Over-regulation is doubling the cost

Debate over regulation vs. over‑regulation

  • Many commenters stress that regulation is often “written in blood”: it exists because past harms (pollution, unsafe buildings, toxic products) actually happened.
  • Others argue that after the big wins (e.g., leaded gasoline, asbestos bans), the system drifts into thousands of marginal rules whose cumulative overhead outweighs benefits.
  • Some see blanket anti‑regulation rhetoric as ideological; others see blanket pro‑regulation rhetoric as thought‑terminating and blind to trade‑offs.

Revoy / truck engine certification dispute

  • The requirement to certify emissions impact separately for ~270 engine “families” at ~$100k each is viewed by some as protection theater and an entry barrier for small players.
  • Others respond that verifying claims is exactly what regulation is for, and that large fleet impact could justify substantial testing.
  • Suggestions include testing only the most common engine families, using representative sampling plus exemptions, or lowering test costs rather than dropping the requirement.

Carbon capture and underground injection

  • Several commenters are uneasy about injecting large volumes of novel liquids underground, likening it to earlier “safe” industrial practices that later proved toxic.
  • Others argue that failing to deploy carbon‑reducing tech also has very real health and climate costs; the question is whether the specific risks have been adequately studied.
  • The four‑year delay just to decide which injection‑well category applies is cited as pure procedural drag, not safety work.

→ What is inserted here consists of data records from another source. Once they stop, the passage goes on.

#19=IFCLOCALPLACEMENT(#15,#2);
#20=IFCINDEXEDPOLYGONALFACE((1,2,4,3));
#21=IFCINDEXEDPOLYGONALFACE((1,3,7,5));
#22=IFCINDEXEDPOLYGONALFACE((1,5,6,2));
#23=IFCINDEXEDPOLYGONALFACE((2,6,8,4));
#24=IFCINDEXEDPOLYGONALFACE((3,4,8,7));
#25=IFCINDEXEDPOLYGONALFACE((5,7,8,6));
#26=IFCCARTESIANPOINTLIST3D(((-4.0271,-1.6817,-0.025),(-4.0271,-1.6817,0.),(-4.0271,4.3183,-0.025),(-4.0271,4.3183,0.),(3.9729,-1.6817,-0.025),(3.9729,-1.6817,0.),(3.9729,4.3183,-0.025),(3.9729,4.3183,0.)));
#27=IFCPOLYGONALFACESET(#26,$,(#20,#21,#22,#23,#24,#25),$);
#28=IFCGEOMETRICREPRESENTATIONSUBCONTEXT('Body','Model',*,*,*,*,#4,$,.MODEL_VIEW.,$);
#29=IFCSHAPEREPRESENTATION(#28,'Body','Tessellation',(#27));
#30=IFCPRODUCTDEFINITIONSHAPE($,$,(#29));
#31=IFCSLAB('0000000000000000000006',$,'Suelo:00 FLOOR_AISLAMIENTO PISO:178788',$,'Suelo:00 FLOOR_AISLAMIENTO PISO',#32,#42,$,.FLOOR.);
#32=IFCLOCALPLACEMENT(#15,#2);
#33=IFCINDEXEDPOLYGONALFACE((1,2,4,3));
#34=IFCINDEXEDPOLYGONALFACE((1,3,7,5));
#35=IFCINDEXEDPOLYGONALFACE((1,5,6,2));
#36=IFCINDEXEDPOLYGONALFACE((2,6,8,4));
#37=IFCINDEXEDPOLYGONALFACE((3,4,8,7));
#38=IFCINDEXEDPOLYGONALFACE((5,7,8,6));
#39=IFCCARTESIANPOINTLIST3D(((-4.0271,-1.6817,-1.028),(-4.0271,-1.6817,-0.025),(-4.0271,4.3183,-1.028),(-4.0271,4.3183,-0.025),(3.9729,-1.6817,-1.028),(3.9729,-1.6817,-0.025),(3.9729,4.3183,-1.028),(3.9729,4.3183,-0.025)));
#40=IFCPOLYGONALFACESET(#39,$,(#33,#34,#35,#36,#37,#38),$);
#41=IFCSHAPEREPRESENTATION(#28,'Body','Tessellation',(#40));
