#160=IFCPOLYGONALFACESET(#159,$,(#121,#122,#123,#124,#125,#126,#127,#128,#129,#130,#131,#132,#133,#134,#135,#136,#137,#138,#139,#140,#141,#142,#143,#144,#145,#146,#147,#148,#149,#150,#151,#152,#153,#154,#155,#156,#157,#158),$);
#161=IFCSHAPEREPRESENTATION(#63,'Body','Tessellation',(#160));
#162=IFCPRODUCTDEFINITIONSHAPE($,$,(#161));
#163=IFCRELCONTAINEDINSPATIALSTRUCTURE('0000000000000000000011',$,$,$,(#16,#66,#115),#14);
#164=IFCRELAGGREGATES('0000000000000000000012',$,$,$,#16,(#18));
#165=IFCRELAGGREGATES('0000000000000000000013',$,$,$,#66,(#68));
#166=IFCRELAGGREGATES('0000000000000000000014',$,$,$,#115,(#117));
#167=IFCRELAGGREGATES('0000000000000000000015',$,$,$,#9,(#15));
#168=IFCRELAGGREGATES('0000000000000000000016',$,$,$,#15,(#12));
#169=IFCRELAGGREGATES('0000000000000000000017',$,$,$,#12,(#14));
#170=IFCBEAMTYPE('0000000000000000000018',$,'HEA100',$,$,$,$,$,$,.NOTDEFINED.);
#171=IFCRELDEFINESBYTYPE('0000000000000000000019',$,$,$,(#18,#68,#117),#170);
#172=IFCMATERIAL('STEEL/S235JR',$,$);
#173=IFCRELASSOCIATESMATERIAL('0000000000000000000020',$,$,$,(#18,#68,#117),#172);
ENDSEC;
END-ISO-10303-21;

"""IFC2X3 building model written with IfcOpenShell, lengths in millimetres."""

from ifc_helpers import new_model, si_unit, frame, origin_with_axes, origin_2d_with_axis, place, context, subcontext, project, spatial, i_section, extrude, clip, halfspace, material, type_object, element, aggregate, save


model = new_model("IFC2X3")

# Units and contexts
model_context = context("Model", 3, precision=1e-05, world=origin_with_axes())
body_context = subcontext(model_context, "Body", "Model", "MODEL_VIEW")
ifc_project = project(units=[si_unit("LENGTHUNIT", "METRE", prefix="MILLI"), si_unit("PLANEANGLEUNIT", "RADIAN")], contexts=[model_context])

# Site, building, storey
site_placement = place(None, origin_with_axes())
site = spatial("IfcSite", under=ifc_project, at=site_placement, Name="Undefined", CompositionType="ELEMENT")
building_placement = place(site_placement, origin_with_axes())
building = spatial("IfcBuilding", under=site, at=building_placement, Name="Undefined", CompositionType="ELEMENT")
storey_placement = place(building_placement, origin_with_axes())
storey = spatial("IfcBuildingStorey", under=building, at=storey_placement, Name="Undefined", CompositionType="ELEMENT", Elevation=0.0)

Regulatory capture, costs, and inequity

  • Recurrent theme: big incumbents treat regulatory complexity and certification fees as a moat; small firms and startups bear disproportionate burden.
  • Certification bodies and testing labs are described by some as de‑facto rent‑extractors with little competitive pressure to lower prices.
  • Counterpoint: in many industries, without strict, enforceable rules, firms do in fact cut corners, pollute, or mislead (Dieselgate, pharma pricing, unsafe buildings).

Process and reform ideas

  • Proposals include: more staff and funding for regulators, clearer exemption paths, sunset clauses on rules, faster classification decisions, and government‑funded or subsidized testing.
  • Some advocate “bigger but better” government that helps small firms navigate rules, rather than simple deregulation.
  • Others call for sharply simplifying codes (e.g., housing, environmental review) and explicitly accounting for the cost of inaction as well as the cost of experimentation.

Comparisons and wider analogies

  • China is cited as an example of heavy but fast, centralized regulation enabling massive infrastructure build‑out; others push back on calling that “democracy.”
  • Housing, vapes, building codes, cookie banners, and insulin prices are all invoked as parallel cases where regulation either meaningfully protects the public or badly misfires.